(Information given Opens)

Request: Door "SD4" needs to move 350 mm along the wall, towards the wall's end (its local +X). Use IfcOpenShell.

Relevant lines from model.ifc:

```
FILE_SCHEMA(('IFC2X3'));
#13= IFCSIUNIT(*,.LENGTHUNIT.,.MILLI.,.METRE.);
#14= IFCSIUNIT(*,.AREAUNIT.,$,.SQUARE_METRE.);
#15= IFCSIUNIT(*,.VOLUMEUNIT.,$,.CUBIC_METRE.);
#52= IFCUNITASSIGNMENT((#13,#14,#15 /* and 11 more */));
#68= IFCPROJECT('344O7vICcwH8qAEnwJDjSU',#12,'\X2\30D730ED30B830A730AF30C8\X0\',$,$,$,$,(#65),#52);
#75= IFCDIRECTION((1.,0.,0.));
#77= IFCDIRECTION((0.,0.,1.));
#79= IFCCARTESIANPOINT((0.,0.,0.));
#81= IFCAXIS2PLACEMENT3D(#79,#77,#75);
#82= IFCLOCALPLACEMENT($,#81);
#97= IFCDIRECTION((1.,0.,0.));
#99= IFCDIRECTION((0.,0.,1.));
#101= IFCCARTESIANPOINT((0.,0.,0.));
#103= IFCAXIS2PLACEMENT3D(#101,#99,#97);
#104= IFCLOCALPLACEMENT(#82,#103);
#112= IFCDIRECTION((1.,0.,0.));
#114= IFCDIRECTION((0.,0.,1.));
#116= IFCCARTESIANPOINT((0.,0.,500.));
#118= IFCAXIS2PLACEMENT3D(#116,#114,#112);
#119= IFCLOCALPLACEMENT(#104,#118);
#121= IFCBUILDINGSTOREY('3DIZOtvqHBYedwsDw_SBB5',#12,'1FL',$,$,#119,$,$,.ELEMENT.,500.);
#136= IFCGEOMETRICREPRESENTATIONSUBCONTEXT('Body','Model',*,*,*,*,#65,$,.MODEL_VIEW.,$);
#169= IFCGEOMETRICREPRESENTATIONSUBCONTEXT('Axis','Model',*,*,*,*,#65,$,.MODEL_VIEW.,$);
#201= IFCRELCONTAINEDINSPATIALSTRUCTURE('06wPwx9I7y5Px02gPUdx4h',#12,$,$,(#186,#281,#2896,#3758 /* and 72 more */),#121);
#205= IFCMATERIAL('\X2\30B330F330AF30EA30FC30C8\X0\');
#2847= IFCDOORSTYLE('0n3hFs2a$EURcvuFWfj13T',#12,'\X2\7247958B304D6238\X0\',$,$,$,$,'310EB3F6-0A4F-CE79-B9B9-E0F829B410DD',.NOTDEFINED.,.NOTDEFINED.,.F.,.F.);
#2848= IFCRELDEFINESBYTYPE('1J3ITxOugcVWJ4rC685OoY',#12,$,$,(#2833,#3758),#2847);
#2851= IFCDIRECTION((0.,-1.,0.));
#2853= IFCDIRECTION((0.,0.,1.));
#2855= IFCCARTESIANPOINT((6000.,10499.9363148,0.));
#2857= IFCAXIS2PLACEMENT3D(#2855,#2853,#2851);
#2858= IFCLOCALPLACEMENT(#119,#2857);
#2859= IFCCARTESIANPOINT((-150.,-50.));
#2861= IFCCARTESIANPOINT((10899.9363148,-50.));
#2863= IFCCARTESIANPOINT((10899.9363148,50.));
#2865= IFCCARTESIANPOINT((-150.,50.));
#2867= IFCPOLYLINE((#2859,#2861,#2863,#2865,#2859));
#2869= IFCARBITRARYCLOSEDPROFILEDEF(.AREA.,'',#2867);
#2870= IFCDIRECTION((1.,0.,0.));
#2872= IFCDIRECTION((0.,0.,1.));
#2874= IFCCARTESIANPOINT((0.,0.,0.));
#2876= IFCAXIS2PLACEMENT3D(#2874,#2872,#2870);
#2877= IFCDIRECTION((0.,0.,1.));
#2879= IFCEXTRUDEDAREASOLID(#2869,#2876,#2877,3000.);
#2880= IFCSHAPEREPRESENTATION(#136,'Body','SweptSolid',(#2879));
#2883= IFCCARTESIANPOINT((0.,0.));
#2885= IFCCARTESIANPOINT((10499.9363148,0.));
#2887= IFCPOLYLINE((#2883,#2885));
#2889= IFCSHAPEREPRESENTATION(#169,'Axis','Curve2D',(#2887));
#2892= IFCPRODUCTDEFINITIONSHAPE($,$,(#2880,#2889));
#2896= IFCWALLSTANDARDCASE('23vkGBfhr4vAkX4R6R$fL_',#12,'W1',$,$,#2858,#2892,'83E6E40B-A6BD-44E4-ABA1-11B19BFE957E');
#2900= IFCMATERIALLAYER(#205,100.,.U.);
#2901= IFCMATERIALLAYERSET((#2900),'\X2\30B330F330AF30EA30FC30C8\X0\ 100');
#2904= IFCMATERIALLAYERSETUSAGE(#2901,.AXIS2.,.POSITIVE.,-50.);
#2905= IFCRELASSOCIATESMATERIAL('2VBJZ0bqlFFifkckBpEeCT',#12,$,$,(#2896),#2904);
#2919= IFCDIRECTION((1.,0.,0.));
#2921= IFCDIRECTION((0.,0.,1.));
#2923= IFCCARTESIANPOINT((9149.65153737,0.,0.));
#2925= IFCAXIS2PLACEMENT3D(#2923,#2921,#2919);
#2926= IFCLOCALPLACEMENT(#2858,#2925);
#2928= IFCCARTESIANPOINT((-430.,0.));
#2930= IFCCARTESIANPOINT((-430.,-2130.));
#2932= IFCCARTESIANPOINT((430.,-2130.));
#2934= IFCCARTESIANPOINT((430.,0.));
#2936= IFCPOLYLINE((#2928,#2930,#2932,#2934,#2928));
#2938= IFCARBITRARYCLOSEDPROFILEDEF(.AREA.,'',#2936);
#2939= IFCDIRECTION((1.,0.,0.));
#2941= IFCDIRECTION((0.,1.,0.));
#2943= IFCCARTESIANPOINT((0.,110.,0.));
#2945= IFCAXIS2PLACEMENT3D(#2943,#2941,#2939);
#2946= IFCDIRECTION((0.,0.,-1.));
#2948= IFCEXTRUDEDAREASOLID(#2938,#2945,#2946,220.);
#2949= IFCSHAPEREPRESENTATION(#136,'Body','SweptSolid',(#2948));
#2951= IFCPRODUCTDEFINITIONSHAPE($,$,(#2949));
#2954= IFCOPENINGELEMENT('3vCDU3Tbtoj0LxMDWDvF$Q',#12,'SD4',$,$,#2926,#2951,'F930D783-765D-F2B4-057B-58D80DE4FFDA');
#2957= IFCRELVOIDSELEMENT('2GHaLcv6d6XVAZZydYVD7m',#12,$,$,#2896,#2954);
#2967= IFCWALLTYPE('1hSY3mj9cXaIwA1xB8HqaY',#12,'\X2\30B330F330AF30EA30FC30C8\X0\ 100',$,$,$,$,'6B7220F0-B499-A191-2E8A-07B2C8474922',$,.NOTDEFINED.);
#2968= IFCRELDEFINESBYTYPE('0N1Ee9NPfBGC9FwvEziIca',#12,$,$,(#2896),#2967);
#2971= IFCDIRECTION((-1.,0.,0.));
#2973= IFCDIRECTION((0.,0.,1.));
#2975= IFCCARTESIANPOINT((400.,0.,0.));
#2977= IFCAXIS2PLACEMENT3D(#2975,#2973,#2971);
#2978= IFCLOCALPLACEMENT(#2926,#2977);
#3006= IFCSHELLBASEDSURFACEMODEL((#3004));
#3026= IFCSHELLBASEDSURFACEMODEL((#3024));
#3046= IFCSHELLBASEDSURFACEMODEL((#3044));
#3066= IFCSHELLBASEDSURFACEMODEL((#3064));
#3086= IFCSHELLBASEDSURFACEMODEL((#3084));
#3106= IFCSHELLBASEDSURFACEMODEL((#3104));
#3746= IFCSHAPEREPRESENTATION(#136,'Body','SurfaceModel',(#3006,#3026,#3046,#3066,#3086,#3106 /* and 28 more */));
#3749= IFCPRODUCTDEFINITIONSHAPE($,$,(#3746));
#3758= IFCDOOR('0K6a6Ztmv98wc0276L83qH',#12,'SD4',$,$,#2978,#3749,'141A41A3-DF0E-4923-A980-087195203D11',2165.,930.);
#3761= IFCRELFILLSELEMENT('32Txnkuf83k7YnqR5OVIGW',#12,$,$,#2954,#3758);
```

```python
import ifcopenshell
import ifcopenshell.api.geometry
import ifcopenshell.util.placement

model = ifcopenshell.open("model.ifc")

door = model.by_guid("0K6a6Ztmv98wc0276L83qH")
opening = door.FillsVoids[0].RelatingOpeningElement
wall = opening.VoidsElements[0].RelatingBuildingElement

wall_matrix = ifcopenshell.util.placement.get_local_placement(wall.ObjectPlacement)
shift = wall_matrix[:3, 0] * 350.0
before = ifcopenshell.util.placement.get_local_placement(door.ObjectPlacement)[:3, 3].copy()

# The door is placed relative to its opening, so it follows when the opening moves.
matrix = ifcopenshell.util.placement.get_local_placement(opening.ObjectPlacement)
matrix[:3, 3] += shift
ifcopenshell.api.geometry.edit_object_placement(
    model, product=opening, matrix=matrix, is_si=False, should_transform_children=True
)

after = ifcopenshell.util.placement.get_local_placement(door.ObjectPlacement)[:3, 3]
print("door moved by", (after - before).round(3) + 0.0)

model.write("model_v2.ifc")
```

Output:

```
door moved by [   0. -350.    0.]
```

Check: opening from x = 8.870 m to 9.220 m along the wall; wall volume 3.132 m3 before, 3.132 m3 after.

(Information given Closes)
(Information given Opens)

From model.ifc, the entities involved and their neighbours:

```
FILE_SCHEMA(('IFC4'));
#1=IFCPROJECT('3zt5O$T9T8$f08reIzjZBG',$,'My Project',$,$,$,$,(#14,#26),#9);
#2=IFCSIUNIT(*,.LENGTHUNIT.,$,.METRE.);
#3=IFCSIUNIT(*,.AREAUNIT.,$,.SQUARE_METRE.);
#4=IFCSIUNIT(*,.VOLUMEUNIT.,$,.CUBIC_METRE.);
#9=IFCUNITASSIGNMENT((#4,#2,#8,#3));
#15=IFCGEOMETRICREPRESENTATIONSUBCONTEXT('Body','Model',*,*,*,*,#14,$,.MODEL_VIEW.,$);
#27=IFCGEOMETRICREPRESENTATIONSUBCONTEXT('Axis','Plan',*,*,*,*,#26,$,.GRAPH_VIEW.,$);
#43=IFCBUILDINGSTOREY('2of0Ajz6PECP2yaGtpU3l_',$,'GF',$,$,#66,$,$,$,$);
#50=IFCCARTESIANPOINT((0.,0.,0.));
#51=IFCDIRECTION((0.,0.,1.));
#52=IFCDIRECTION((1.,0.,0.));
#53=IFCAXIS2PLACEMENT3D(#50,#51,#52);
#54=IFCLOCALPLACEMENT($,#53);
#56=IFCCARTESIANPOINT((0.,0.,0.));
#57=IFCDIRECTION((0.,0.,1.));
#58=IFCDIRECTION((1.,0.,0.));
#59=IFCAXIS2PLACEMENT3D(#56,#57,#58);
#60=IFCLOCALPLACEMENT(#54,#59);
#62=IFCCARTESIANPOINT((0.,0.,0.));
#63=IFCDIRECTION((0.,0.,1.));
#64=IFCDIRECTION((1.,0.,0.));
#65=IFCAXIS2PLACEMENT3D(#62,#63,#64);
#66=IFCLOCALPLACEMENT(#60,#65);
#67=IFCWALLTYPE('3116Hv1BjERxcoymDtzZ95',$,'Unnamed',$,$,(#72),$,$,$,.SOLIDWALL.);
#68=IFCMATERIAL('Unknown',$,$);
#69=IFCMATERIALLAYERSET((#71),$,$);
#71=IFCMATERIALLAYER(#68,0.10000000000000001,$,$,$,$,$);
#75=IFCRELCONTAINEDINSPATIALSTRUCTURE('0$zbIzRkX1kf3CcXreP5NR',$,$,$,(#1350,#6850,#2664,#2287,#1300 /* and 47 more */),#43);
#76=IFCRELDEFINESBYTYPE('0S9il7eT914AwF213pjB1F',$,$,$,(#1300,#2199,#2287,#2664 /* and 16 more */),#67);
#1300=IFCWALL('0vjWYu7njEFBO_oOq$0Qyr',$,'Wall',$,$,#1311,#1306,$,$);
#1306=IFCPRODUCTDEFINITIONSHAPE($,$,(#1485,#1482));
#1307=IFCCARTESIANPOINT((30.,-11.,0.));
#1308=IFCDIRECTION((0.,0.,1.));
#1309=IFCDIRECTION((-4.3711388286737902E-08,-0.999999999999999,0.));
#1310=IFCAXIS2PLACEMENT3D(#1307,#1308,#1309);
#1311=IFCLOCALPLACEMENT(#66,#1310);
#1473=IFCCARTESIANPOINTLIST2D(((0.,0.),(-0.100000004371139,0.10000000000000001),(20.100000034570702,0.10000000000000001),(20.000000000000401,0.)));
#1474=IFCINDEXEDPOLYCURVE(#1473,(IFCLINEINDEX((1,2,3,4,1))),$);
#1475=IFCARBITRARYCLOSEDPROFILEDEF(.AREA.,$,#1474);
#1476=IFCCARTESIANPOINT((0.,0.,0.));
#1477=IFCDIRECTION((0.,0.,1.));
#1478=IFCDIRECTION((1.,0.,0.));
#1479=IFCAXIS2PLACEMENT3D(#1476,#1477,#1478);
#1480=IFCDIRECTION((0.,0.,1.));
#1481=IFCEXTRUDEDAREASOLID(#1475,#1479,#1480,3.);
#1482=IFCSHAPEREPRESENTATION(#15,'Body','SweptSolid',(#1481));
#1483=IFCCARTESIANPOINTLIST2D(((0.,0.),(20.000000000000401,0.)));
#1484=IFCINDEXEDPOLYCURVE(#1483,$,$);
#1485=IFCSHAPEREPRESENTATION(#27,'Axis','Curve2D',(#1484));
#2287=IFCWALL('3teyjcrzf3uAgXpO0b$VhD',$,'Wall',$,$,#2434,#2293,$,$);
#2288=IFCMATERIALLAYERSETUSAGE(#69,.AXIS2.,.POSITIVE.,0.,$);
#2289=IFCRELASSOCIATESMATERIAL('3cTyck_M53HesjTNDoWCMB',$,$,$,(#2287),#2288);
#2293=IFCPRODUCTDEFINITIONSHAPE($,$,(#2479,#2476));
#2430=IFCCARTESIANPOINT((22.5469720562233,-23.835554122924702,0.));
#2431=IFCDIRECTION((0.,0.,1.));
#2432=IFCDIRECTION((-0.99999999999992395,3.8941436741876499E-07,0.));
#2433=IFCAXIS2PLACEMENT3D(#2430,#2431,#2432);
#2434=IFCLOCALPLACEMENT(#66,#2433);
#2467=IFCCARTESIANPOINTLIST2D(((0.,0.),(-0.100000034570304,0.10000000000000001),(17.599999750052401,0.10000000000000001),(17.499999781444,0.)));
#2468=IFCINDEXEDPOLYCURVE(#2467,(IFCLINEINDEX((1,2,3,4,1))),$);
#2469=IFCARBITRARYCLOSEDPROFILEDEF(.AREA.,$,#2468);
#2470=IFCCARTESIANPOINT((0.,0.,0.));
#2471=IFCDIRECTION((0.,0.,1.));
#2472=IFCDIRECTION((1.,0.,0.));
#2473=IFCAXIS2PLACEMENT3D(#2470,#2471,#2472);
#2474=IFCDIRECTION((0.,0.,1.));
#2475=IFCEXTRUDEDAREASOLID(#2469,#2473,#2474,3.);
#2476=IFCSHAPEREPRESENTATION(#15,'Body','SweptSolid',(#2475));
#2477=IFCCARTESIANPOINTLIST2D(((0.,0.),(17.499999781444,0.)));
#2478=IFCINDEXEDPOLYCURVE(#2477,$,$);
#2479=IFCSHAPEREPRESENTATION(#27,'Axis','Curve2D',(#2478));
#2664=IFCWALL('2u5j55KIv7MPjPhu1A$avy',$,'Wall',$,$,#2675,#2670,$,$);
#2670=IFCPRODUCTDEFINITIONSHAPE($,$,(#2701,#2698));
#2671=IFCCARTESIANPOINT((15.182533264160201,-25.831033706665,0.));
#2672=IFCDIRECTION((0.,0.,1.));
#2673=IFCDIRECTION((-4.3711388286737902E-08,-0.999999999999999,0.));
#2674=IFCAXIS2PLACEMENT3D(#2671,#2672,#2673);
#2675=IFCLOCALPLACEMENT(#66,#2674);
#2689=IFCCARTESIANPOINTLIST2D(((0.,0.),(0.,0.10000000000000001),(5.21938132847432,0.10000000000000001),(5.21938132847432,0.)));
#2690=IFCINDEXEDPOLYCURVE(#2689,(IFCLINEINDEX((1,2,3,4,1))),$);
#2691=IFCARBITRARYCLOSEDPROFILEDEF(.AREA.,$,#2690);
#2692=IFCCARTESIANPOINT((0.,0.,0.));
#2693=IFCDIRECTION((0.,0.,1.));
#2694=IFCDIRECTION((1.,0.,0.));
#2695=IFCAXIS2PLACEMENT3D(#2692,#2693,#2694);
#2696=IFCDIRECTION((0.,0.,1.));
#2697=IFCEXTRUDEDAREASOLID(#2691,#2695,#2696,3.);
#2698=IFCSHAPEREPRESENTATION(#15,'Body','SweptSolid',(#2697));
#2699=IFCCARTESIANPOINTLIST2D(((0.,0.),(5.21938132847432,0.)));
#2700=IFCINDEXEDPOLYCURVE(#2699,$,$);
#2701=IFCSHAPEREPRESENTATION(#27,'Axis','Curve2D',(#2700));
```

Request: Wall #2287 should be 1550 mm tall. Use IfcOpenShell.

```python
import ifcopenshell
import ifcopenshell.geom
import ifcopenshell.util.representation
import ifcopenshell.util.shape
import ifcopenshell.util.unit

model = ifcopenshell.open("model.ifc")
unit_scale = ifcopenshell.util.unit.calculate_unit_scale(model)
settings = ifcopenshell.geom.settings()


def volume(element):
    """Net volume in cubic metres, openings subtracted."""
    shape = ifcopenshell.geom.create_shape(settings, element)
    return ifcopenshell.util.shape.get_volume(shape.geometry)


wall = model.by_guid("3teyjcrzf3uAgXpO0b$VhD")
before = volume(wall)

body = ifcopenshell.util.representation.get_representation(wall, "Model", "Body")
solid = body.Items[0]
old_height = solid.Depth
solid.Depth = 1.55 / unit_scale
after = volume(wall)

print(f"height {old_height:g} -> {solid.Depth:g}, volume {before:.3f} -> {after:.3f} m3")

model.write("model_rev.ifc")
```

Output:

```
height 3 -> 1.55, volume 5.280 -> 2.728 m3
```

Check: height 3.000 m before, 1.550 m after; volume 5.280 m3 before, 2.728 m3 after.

(Information given Closes)

- Aim of the task -
Take each line of the material that contains the word "IFCUNITASSIGNMENT" and list it.

- Reply -
#52= IFCUNITASSIGNMENT((#13,#14,#15 /* and 11 more */));
#9=IFCUNITASSIGNMENT((#4,#2,#8,#3));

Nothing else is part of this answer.